[PROBLEM REQUIREMENTS]: The answer should be each line of the records that contains the word "more"; please copy them all.

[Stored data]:
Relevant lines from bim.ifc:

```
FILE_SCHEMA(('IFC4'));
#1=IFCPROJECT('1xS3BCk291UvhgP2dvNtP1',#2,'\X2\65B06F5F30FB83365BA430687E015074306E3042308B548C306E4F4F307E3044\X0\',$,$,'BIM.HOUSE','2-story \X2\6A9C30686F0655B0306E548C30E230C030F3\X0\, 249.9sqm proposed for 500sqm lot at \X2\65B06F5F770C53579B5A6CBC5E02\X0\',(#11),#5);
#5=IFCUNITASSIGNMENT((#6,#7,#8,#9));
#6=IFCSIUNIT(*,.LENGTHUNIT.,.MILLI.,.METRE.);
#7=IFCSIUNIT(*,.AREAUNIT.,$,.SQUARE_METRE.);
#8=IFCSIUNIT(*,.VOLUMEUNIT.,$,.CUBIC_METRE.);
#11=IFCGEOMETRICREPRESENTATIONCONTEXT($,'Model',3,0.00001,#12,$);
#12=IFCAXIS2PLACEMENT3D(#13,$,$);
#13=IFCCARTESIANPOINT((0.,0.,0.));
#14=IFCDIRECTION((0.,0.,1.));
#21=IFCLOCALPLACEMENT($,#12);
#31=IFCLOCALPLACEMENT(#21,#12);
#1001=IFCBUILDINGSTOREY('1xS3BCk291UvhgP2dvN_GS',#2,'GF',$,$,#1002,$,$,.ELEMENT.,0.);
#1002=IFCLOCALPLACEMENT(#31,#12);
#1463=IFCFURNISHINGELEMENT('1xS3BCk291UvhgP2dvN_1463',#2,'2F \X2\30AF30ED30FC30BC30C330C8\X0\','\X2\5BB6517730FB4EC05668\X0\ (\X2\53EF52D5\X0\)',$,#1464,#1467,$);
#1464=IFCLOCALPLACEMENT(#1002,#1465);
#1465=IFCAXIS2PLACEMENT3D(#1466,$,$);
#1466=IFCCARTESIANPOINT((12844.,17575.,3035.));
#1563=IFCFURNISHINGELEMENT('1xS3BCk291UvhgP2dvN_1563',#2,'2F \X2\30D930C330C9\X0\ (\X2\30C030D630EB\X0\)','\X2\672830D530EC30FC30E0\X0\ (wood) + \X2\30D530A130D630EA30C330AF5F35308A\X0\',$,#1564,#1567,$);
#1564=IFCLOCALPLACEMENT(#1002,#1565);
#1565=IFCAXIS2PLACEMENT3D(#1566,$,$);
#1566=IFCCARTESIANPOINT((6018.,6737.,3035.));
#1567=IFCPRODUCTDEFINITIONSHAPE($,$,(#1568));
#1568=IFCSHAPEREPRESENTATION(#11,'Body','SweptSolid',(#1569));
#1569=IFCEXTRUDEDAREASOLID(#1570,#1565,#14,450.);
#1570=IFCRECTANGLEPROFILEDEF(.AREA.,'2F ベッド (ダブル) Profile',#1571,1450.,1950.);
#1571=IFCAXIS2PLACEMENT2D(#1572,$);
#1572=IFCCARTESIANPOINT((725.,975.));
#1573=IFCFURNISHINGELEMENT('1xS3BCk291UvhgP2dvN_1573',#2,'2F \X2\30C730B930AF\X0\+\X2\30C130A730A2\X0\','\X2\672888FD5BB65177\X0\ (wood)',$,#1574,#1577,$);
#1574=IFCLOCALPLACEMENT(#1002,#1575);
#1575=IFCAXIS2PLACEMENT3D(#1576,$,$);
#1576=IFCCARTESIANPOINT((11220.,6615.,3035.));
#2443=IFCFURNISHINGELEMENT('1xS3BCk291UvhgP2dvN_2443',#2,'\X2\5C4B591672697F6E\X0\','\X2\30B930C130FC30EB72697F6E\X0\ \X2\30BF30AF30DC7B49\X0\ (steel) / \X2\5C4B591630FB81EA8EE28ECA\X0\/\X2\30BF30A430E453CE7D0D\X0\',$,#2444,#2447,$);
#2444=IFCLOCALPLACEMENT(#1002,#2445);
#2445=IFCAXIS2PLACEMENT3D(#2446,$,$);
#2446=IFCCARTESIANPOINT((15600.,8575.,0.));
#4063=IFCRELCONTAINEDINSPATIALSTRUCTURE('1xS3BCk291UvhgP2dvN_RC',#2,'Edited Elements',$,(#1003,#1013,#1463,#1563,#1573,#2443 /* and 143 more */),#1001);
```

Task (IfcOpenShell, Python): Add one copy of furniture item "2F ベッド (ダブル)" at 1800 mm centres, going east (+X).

```python
import numpy as np
import ifcopenshell
import ifcopenshell.api.geometry
import ifcopenshell.api.root
import ifcopenshell.util.element
import ifcopenshell.util.placement

model = ifcopenshell.open("bim.ifc")


def reuse_history(source, copy):
    """copy_class also copies each property set's owner history, people and application; keep the originals."""
    for rel in copy.IsDefinedBy:
        if rel.is_a("IfcRelDefinesByProperties") and (history := rel.RelatingPropertyDefinition.OwnerHistory):
            rel.RelatingPropertyDefinition.OwnerHistory = source.OwnerHistory
            ifcopenshell.util.element.remove_deep2(model, history)


source = model.by_guid("1xS3BCk291UvhgP2dvN_1563")
base = ifcopenshell.util.placement.get_local_placement(source.ObjectPlacement)
step = np.array([1.0, 0.0, 0.0]) * 1800.0

for i in range(1, 2):
    copy = ifcopenshell.api.root.copy_class(model, product=source)
    copy.Representation = ifcopenshell.util.element.copy_deep(
        model, source.Representation, exclude=["IfcGeometricRepresentationContext", "IfcRepresentationMap"]
    )
    reuse_history(source, copy)
    matrix = base.copy()
    matrix[:3, 3] += i * step
    print("added at", matrix[:3, 3].round(3) + 0.0)
    ifcopenshell.api.geometry.edit_object_placement(model, product=copy, matrix=matrix, is_si=False)

model.write("bim_updated.ifc")
```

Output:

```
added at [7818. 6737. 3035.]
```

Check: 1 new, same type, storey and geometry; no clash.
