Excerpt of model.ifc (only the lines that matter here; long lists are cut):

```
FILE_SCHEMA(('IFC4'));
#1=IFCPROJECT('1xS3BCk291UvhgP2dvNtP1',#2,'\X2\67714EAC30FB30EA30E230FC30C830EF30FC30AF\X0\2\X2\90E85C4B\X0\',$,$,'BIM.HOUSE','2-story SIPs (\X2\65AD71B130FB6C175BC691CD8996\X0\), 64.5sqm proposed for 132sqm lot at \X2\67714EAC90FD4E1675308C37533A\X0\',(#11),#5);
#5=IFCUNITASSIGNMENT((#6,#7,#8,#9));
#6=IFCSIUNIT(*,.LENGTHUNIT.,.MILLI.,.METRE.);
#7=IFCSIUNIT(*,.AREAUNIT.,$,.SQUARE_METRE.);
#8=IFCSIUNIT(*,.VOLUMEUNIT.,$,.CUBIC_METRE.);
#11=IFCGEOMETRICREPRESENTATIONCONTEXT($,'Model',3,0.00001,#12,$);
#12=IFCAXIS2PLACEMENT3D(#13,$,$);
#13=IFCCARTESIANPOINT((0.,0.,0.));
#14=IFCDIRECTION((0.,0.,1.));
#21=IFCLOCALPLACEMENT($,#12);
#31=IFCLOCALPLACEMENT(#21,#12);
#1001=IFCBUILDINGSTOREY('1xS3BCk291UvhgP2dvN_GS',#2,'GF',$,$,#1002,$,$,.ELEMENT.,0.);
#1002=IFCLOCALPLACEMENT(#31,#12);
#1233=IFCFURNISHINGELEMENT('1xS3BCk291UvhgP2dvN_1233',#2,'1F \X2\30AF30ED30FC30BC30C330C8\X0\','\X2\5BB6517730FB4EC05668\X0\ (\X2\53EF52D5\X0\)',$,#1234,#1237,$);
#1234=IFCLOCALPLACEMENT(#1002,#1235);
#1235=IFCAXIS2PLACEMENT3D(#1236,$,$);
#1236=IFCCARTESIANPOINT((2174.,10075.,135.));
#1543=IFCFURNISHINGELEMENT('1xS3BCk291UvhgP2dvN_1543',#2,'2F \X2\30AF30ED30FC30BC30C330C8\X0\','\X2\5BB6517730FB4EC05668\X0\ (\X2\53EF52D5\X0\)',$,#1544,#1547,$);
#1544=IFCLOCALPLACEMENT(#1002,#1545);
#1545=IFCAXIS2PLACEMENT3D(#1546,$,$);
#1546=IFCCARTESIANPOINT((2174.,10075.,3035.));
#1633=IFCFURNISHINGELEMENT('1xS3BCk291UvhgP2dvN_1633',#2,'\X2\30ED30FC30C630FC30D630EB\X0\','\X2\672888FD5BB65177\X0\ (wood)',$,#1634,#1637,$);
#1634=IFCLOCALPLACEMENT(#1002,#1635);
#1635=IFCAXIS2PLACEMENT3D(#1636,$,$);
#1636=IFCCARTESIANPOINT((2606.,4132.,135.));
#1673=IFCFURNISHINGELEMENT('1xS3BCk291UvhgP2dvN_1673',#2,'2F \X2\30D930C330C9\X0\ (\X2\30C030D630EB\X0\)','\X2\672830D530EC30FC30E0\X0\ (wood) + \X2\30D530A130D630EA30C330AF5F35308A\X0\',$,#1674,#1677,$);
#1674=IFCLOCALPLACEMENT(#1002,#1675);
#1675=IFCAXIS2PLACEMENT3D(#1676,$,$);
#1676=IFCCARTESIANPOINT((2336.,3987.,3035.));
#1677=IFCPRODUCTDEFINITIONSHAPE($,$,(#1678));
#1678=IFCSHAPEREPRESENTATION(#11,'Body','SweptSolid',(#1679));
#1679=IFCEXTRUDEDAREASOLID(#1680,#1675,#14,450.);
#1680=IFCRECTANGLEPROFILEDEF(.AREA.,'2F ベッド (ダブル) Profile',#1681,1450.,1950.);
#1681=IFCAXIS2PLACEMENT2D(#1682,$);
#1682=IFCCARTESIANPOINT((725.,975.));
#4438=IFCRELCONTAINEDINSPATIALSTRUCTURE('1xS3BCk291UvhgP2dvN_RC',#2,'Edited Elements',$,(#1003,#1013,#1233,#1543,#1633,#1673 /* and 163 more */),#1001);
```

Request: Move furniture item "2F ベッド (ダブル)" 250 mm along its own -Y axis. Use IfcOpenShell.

```python
import ifcopenshell
import ifcopenshell.api.geometry
import ifcopenshell.util.placement

model = ifcopenshell.open("model.ifc")

item = model.by_guid("1xS3BCk291UvhgP2dvN_1673")
matrix = ifcopenshell.util.placement.get_local_placement(item.ObjectPlacement)
matrix[:3, 3] -= matrix[:3, 1] * 250.0
ifcopenshell.api.geometry.edit_object_placement(model, product=item, matrix=matrix, is_si=False)

print(ifcopenshell.util.placement.get_local_placement(item.ObjectPlacement).round(3) + 0.0)

model.write("model_edited.ifc")
```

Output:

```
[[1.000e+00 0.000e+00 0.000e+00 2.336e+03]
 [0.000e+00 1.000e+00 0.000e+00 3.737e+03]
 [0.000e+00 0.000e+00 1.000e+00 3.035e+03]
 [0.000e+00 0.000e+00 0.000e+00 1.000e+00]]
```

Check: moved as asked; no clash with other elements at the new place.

[ANSWER FOR THE TASK]:
#4063=IFCRELCONTAINEDINSPATIALSTRUCTURE('1xS3BCk291UvhgP2dvN_RC',#2,'Edited Elements',$,(#1003,#1013,#1463,#1563,#1573,#2443 /* and 143 more */),#1001);
#4438=IFCRELCONTAINEDINSPATIALSTRUCTURE('1xS3BCk291UvhgP2dvN_RC',#2,'Edited Elements',$,(#1003,#1013,#1233,#1543,#1633,#1673 /* and 163 more */),#1001);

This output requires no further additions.